Le fier et soupçonneux tyran dissimula sa colère sous un terrible sourire.

— Et comment fait ce grand monarque pour acquérir d’aussi vastes provinces ?

— Ses vaisseaux sillonnent les mers, cherchant à découvrir les terres lointaines qui lui sont restées inconnues. Puis les marchands arrivent, les Pères prêchent la religion de l’Occident. Nous établissons des comptoirs, ils construisent des églises, et peu à peu le peuple est avec nous.

Le lendemain un édit fermait à tous les navires, ceux des Hollandais exceptés, les ports de toutes les îles du Japon, excluait de l’Empire toute espèce de culte qui ne serait pas celui de l’État, et ordonnait la recherche des catholiques pour les livrer au bourreau. La persécution fut inexorable, et, longtemps après, vainement eussiez-vous cherché dans cette chrétienté naguère si florissante le signe public de la croix : si nous y avions des frères, le souvenir de l’ère sanglante les forçait au mystère le plus absolu.

La Chine n’a jamais été aussi féroce dans ses proscriptions ; peuple plus éclairé, elle accueillit parfois les savants jésuites avec distinction et faveur. Non-seulement la tradition a conservé jusqu’à nos jours, dans le Céleste-Empire, le nom de quelques Pères ; mais les ouvrages de plusieurs d’entre eux, de Ricci par exemple, ont été retrouvés, en langue chinoise, dans les bibliothèques de Pékin par les savants attachés à l’expédition dernière.
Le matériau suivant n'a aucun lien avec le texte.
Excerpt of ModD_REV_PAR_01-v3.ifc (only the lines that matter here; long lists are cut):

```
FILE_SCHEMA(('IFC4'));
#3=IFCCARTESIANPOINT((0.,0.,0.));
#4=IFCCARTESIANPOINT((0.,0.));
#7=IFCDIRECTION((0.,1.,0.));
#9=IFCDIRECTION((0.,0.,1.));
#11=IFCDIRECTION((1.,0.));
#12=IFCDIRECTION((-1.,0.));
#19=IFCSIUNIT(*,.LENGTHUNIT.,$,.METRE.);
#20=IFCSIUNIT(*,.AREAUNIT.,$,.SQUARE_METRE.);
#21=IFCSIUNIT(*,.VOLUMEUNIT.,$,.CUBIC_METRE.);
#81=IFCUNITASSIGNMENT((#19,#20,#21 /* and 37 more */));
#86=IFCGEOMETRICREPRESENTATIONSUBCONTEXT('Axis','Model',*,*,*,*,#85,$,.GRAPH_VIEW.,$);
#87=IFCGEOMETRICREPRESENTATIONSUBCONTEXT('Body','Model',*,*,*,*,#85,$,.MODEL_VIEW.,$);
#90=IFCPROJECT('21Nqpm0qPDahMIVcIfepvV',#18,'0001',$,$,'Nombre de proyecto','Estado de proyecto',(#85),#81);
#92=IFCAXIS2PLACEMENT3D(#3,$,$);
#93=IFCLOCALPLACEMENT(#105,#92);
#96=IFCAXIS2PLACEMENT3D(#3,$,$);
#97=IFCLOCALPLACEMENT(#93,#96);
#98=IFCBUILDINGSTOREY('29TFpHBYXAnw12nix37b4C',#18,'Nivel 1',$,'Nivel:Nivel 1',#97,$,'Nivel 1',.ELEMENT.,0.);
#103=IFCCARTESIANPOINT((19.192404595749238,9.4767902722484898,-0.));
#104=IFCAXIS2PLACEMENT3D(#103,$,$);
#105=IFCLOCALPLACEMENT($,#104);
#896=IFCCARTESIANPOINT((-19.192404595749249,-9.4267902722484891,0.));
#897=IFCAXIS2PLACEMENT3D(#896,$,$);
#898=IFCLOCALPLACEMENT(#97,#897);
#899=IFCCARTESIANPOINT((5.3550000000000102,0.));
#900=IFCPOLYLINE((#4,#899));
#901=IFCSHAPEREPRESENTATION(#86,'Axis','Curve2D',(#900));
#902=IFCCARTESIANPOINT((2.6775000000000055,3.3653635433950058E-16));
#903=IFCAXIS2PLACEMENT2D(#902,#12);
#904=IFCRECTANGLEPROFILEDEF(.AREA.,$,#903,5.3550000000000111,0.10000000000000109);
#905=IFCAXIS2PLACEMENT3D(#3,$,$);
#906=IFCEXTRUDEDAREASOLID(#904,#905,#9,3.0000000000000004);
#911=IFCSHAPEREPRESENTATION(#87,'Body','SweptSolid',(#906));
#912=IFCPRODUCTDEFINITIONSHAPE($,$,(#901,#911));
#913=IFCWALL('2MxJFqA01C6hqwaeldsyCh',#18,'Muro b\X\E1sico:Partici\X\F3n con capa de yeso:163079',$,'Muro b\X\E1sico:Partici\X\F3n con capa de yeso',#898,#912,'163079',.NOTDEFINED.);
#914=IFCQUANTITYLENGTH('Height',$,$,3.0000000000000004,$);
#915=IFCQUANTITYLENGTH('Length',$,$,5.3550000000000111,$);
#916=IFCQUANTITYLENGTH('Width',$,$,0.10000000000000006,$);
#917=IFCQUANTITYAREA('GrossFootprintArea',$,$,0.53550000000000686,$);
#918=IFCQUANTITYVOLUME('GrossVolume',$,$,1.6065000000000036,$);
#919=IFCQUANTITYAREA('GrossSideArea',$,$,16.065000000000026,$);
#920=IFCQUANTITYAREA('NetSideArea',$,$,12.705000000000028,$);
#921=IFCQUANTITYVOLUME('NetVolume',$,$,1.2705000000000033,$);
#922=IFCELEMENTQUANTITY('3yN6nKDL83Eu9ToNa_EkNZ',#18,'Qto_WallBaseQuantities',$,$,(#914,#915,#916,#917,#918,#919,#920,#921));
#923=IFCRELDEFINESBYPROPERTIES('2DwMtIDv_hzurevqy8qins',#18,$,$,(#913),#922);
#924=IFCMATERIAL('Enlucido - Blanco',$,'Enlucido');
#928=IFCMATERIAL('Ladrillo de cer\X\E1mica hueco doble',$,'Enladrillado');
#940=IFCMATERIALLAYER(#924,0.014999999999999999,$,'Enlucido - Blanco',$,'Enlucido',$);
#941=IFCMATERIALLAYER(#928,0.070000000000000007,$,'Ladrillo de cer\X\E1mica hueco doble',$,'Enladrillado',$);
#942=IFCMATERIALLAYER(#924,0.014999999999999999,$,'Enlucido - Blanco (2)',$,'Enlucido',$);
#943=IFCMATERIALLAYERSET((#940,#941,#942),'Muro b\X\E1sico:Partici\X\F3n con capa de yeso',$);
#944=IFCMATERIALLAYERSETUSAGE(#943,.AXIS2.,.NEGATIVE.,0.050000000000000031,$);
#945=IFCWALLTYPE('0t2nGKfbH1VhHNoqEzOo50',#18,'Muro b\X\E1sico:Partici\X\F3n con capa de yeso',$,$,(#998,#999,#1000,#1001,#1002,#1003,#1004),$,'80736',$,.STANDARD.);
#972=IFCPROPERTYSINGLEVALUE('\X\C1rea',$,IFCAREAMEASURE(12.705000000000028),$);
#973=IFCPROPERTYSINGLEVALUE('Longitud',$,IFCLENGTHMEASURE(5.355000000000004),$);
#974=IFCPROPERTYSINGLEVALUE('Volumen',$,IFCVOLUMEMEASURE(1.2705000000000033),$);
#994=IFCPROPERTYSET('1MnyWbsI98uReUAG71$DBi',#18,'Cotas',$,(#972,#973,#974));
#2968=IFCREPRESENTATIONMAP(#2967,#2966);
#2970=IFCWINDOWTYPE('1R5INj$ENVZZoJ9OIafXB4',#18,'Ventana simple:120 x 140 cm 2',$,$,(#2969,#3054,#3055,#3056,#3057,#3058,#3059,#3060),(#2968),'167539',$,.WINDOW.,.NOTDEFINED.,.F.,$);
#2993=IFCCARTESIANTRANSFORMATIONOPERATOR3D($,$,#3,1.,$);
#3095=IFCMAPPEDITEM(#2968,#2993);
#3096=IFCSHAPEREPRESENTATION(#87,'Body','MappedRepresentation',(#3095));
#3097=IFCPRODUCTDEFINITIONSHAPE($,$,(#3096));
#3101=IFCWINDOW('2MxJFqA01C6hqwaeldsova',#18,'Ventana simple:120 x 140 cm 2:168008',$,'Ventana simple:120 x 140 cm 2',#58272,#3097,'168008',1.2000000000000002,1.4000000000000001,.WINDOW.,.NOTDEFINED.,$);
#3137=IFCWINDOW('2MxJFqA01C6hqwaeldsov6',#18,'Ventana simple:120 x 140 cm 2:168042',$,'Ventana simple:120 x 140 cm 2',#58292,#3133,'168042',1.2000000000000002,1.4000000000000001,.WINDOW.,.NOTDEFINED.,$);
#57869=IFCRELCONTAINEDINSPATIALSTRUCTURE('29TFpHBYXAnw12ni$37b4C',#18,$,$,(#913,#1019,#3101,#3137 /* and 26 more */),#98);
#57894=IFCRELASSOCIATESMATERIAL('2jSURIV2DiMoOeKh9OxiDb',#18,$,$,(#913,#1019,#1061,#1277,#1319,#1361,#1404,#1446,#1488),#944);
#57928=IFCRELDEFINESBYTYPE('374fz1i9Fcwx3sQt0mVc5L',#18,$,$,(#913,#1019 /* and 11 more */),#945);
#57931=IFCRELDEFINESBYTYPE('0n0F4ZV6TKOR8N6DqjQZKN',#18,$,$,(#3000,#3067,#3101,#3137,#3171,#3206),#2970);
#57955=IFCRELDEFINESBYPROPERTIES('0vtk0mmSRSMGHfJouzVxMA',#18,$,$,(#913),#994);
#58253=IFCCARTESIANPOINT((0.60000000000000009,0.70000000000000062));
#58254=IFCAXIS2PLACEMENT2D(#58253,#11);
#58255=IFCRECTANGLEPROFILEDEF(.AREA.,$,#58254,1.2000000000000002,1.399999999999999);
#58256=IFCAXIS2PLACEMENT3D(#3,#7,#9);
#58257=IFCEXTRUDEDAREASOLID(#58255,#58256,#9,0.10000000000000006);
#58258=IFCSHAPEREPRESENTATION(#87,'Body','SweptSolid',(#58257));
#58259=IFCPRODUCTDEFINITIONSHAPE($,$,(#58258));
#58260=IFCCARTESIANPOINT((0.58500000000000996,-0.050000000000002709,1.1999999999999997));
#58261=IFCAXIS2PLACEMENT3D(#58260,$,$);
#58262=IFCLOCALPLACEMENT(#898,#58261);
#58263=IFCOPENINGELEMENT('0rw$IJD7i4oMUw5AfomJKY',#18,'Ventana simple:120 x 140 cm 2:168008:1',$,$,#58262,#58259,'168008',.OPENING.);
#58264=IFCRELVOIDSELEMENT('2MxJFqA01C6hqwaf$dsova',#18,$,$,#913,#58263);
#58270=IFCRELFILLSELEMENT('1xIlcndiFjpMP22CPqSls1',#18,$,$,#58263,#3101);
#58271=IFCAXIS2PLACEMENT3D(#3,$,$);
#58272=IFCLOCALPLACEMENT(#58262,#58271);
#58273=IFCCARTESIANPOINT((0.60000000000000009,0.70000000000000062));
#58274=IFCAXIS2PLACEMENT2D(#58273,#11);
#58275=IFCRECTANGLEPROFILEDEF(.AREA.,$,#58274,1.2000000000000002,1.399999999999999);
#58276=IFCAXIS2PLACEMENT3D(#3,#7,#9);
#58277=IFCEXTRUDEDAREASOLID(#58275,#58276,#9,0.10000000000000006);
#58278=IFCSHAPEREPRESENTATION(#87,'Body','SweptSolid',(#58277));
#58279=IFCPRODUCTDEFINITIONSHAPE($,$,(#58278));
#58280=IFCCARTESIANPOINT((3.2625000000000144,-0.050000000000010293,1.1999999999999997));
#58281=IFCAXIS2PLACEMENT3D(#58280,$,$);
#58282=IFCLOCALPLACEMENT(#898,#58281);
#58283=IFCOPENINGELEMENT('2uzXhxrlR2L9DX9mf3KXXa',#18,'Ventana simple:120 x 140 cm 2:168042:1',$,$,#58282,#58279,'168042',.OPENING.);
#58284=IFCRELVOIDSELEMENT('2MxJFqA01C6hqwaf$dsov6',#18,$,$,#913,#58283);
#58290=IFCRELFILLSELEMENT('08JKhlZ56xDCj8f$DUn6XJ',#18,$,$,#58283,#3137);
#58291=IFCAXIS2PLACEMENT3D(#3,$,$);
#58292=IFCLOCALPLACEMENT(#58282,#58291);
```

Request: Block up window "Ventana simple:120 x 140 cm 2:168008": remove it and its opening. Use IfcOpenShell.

```python
import ifcopenshell
import ifcopenshell.api.feature
import ifcopenshell.api.pset
import ifcopenshell.api.root
import ifcopenshell.geom
import ifcopenshell.util.element
import ifcopenshell.util.shape
import ifcopenshell.util.unit

model = ifcopenshell.open("ModD_REV_PAR_01-v3.ifc")
area_scale = ifcopenshell.util.unit.calculate_unit_scale(model, "AREAUNIT")
volume_scale = ifcopenshell.util.unit.calculate_unit_scale(model, "VOLUMEUNIT")
settings = ifcopenshell.geom.settings()


def volume(element):
    """Net volume in cubic metres, openings subtracted."""
    shape = ifcopenshell.geom.create_shape(settings, element)
    return ifcopenshell.util.shape.get_volume(shape.geometry)


window = model.by_id(3101)
opening = window.FillsVoids[0].RelatingOpeningElement
wall = opening.VoidsElements[0].RelatingBuildingElement
before = volume(wall)

ifcopenshell.api.root.remove_product(model, product=window)
ifcopenshell.api.feature.remove_feature(model, feature=opening)

after = volume(wall)
thickness = 0.1  # wall thickness in metres

# Update the wall's stored quantities.
qto = model.by_id(ifcopenshell.util.element.get_pset(wall, "Qto_WallBaseQuantities", should_inherit=False)["id"])
ifcopenshell.api.pset.edit_qto(model, qto=qto, properties={
    "NetSideArea": after / thickness / area_scale,
    "NetVolume": after / volume_scale,
})
pset = model.by_id(ifcopenshell.util.element.get_pset(wall, "Cotas", should_inherit=False)["id"])
ifcopenshell.api.pset.edit_pset(model, pset=pset, properties={
    "Área": model.create_entity("IfcAreaMeasure", after / thickness / area_scale),
    "Volumen": model.create_entity("IfcVolumeMeasure", after / volume_scale),
})

print(f"wall volume {before:.3f} -> {after:.3f} m3")

model.write("ModD_REV_PAR_01-v3_v2.ifc")
```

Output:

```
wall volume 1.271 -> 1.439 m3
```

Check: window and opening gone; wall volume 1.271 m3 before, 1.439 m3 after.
Il était bien rare cependant que les missionnaires, après avoir franchi Canton revissent leur patrie. Le climat, les travaux apostoliques poursuivis avec ardeur, sans égard pour leur propre sûreté, le caprice du souverain, les délations, avaient bientôt éclairci leurs rangs ; mais la Chine a eu son âge d’or, on a vu les prêtres d’Occident révéler aux mandarins, si éclairés eux-mêmes, les mystères de la science et former avec eux, à trois mille lieues de leur pays, une université qui n’était qu’un acheminement à l’Église ; si, depuis cette époque, quelques stupides Fils du Ciel ont cru devoir se renfermer derrière leurs montagnes et leurs mers, du moins pouvons-nous aujourd’hui prévoir un avenir meilleur et plus chrétien.